Hola: estoy convirtiendo mi vieja soldadura de arco a tig y quiero poner la unidad de alta frecuencia. me interesaría hacer uno pero necesitaría el diagrama con los materiales necesarios, Ud. sería tan gentil de hacerme llegar el proyecto ?



yiyito dijo:


> hola carlos si le falta la unidad de alta frecuencia para que salte el arco yo hice una con un flyback de monitor y un 555  anda en 20khz  mas o menos  se acopla con una bobina de aire de 14 bueltas (haci la hice segun algunas fotos que vi y fui modif segun el arco)  el flyb tira unos 20kv el secundario donde pasa la pot unos 4kv  asi salta el arco ,
> 
> Pero la regulación fina de corriente es lo principal en la tig,  yo hice un dimmer  con un triac de 50A  y un potenciómetro así manejás el secundario



Hola, podes mandar el diagrama para poder armarlo, yo necesito la unidad de AF para la maquina que estoy transformando.
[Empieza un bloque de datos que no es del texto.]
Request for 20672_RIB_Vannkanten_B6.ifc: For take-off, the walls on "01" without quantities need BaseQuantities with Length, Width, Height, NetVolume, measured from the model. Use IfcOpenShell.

First a look at what the model holds.

```python
import ifcopenshell
import ifcopenshell.util.element
import ifcopenshell.util.unit

model = ifcopenshell.open("20672_RIB_Vannkanten_B6.ifc")
print(model.schema)
for unit_type in ("LENGTHUNIT", "AREAUNIT", "VOLUMEUNIT"):
    print(unit_type, ifcopenshell.util.unit.calculate_unit_scale(model, unit_type))
storey = next(s for s in model.by_type("IfcBuildingStorey") if s.Name == "01")
walls = [e for e in ifcopenshell.util.element.get_decomposition(storey) if e.is_a("IfcWall")]
for e in sorted(walls, key=lambda e: e.id()):
    print(e.id(), e.is_a(), e.Name, list(ifcopenshell.util.element.get_psets(e, qtos_only=True)), sep=" | ")
```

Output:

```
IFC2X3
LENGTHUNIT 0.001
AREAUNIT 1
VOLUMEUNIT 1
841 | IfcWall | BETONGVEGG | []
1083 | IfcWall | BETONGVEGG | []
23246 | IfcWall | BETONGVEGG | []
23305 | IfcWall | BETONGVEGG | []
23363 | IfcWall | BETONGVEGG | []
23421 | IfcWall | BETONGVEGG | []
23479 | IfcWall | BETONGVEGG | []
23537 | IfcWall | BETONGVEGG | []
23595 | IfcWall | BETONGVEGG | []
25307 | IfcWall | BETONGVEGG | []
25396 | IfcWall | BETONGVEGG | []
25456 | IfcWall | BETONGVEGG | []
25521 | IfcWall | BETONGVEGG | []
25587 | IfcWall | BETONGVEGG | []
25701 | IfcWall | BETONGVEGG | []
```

```python
import ifcopenshell
import ifcopenshell.api.pset
import ifcopenshell.geom
import ifcopenshell.util.element
import ifcopenshell.util.shape
import ifcopenshell.util.unit

model = ifcopenshell.open("20672_RIB_Vannkanten_B6.ifc")
unit_scale = ifcopenshell.util.unit.calculate_unit_scale(model)
volume_scale = ifcopenshell.util.unit.calculate_unit_scale(model, "VOLUMEUNIT")
settings = ifcopenshell.geom.settings()

storey = next(s for s in model.by_type("IfcBuildingStorey") if s.Name == "01")
walls = [e for e in ifcopenshell.util.element.get_decomposition(storey) if e.is_a("IfcWall")]

for e in sorted(walls, key=lambda e: e.id()):
    if ifcopenshell.util.element.get_psets(e, qtos_only=True, should_inherit=False):
        continue
    # Geometry comes back in metres, in the element's own axes.
    shape = ifcopenshell.geom.create_shape(settings, e)
    values = {
        "Length": ifcopenshell.util.shape.get_x(shape.geometry) / unit_scale,
        "Width": ifcopenshell.util.shape.get_y(shape.geometry) / unit_scale,
        "Height": ifcopenshell.util.shape.get_z(shape.geometry) / unit_scale,
        "NetVolume": ifcopenshell.util.shape.get_volume(shape.geometry) / volume_scale,
    }
    qto = ifcopenshell.api.pset.add_qto(model, product=e, name="BaseQuantities")
    ifcopenshell.api.pset.edit_qto(model, qto=qto, properties=values)
    print(e.id(), {k: round(v, 3) for k, v in values.items()})

model.write("20672_RIB_Vannkanten_B6_edited.ifc")
```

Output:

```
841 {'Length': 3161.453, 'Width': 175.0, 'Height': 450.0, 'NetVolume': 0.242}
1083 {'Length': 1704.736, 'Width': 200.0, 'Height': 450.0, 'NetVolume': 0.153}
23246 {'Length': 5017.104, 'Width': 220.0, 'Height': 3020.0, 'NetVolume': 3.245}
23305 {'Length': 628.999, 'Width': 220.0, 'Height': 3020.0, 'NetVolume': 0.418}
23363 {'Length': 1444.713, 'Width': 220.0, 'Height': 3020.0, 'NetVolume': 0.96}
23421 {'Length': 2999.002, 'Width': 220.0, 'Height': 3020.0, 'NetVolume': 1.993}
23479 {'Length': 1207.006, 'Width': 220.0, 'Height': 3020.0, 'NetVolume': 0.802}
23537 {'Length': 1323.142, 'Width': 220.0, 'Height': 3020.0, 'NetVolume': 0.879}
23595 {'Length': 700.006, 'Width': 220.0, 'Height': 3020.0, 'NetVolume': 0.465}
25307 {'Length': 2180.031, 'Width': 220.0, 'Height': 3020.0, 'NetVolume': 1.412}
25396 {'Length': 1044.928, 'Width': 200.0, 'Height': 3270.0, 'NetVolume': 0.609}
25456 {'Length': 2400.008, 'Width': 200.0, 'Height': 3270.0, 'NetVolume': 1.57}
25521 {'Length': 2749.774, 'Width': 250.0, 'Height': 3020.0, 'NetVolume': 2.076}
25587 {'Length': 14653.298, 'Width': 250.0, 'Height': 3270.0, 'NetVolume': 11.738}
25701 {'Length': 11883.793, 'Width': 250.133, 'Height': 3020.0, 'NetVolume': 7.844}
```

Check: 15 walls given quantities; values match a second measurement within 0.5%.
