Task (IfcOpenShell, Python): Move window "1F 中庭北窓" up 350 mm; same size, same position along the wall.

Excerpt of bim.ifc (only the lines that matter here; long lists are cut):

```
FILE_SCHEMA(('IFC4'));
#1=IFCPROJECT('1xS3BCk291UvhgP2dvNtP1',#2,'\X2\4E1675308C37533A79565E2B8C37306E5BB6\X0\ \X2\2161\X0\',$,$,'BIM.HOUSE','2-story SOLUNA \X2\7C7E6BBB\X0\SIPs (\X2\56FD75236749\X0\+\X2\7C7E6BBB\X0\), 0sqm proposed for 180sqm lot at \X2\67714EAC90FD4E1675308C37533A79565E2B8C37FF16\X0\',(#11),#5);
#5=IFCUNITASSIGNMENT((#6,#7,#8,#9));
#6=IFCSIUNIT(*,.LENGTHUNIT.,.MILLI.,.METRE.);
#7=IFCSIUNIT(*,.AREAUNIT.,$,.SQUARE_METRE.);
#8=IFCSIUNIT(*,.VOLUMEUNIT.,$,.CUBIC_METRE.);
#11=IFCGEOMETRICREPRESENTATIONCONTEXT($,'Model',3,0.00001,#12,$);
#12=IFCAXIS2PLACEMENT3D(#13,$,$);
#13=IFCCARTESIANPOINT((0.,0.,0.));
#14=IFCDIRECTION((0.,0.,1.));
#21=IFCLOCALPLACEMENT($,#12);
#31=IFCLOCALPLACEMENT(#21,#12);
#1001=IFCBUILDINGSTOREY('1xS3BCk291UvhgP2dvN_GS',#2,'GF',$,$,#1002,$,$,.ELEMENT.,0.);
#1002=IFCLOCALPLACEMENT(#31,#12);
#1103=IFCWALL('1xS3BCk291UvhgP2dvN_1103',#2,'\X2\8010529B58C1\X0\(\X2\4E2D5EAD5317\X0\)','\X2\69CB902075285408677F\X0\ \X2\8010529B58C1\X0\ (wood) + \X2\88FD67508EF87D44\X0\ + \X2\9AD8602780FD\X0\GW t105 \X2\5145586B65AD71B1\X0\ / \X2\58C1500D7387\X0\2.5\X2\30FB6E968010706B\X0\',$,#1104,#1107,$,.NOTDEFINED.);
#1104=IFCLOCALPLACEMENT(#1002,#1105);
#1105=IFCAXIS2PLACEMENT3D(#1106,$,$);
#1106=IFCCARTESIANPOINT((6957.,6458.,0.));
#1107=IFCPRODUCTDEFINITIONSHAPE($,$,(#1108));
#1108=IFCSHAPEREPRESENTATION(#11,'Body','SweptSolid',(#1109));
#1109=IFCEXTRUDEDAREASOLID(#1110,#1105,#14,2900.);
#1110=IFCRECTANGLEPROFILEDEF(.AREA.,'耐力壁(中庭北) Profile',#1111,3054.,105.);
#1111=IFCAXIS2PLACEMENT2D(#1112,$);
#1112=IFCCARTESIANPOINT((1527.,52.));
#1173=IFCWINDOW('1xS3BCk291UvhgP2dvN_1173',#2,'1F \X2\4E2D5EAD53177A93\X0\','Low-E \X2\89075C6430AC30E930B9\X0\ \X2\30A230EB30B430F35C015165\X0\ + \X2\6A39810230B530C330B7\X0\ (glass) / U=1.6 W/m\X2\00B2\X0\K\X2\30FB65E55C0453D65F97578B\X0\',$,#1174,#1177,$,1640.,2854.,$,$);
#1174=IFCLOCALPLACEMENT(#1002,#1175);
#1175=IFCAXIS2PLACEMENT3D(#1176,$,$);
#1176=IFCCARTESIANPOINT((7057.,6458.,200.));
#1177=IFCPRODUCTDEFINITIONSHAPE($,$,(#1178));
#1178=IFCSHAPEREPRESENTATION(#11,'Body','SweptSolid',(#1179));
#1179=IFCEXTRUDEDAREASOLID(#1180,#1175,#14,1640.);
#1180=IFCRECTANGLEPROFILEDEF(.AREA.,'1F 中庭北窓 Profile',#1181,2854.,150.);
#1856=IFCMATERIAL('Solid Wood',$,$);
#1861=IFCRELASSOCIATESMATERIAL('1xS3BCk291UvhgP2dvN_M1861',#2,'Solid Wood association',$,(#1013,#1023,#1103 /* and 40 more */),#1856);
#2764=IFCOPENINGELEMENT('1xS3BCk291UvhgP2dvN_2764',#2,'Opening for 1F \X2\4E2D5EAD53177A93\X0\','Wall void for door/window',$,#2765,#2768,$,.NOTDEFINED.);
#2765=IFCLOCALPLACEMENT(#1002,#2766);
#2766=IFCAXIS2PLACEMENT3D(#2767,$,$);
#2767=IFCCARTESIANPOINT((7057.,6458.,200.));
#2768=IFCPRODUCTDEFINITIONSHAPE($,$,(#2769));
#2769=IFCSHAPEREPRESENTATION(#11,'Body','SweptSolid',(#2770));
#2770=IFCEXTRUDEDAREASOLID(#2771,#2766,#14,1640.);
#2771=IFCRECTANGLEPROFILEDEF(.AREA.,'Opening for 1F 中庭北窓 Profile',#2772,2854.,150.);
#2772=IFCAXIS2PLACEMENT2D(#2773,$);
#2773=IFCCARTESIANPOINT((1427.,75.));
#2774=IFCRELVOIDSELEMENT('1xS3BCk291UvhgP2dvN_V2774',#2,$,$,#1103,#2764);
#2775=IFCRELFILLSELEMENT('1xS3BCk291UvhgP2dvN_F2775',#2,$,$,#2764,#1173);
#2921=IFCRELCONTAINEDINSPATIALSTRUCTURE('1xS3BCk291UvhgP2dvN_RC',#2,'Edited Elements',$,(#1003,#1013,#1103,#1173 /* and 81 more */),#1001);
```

```python
import numpy as np
import ifcopenshell
import ifcopenshell.api.geometry
import ifcopenshell.util.placement
import ifcopenshell.util.unit

model = ifcopenshell.open("bim.ifc")
unit_scale = ifcopenshell.util.unit.calculate_unit_scale(model)

window = model.by_guid("1xS3BCk291UvhgP2dvN_1173")
opening = window.FillsVoids[0].RelatingOpeningElement
dz = 350.0

shift = np.array([0.0, 0.0, dz])
# The window is not placed relative to its opening, so move both.
for product in (opening, window):
    matrix = ifcopenshell.util.placement.get_local_placement(product.ObjectPlacement)
    matrix[:3, 3] += shift
    ifcopenshell.api.geometry.edit_object_placement(model, product=product, matrix=matrix, is_si=False)

print(f"moved by {dz * unit_scale:+.3f} m")

model.write("bim_rev.ifc")
```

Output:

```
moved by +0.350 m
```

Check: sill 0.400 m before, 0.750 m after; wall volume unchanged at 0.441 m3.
Gracias a todos los colaboradores. Saludos cordiales  y desde ya muchas gracias


----------



## calisual (Abr 30, 2011)

hola,yiyito te recuerdas donde viste las fotos donde comentas la af que hicistes.saludos


----------



## TORCIDO35 (Jun 29, 2011)

yiyito dijo:


> hola carlos si le falta la unidad de alta frecuencia para que salte el arco yo hice una con un flyback de monitor y un 555  anda en 20khz  mas o menos  se acopla con una bobina de aire de 14 bueltas (haci la hice segun algunas fotos que vi y fui modif segun el arco)  el flyb tira unos 20kv el secundario donde pasa la pot unos 4kv  asi salta el arco ,
> 
> pero la regulacion fina de corriente es lo principal en la tig yo hice un dimer  con un triac de 50A  Y UN POTE
> ASI MANEJAS EL SEC



hola yiyito donde puedo encontrar planos de lo que hiciste  o como lo puedo hacer?? saludos



calisual dijo:


> hola,yiyito te recuerdas donde viste las fotos donde comentas la af que hicistes.saludos



hola calisual conseguiste los planos o no te los envio,? si consigus algo de eso mandamelo a mi si no es molestia, saludos


----------



## enderes (May 10, 2013)

hola estoy haciendo lo mismo con mi soldadora de arco......me podrian pasar el diagrama de alta frecuencia


----------



## JOEL RENGEL (Jul 25, 2013)

Hola buenas noches, anexo les adjunto un diagrama muy sencillo para obtener HF, espero les sirva, pronto estare subiendo algunas fotos de mi proyecto de convertir una soldadora de arco a TIG en su primera etapa


----------



## enderes (Jul 25, 2013)

JOEL RENGEL dijo:


> Hola buenas noches, anexo les adjunto un diagrama muy sencillo para obtener HF, espero les sirva, pronto estare subiendo algunas fotos de mi proyecto de convertir una soldadora de arco a TIG en su primera etapa



amigo podrias explicar un poco el circuito como va conectado y alimentado


----------



## Gudino Roberto duberlin (Jul 26, 2013)

JOEL RENGEL dijo:


> Hola buenas noches, anexo les adjunto un diagrama muy sencillo para obtener HF, espero les sirva, pronto estare subiendo algunas fotos de mi proyecto de convertir una soldadora de arco a TIG en su primera etapa



Hola, como es posible, que la tierra del sistema primario sea utilizada para cerrar el circuito?.


----------



## JOEL RENGEL (Jul 26, 2013)

> amigo podrias explicar un poco el circuito como va conectado y alimentado





> Hola, como es posible, que la tierra del sistema primario sea utilizada para cerrar el circuito?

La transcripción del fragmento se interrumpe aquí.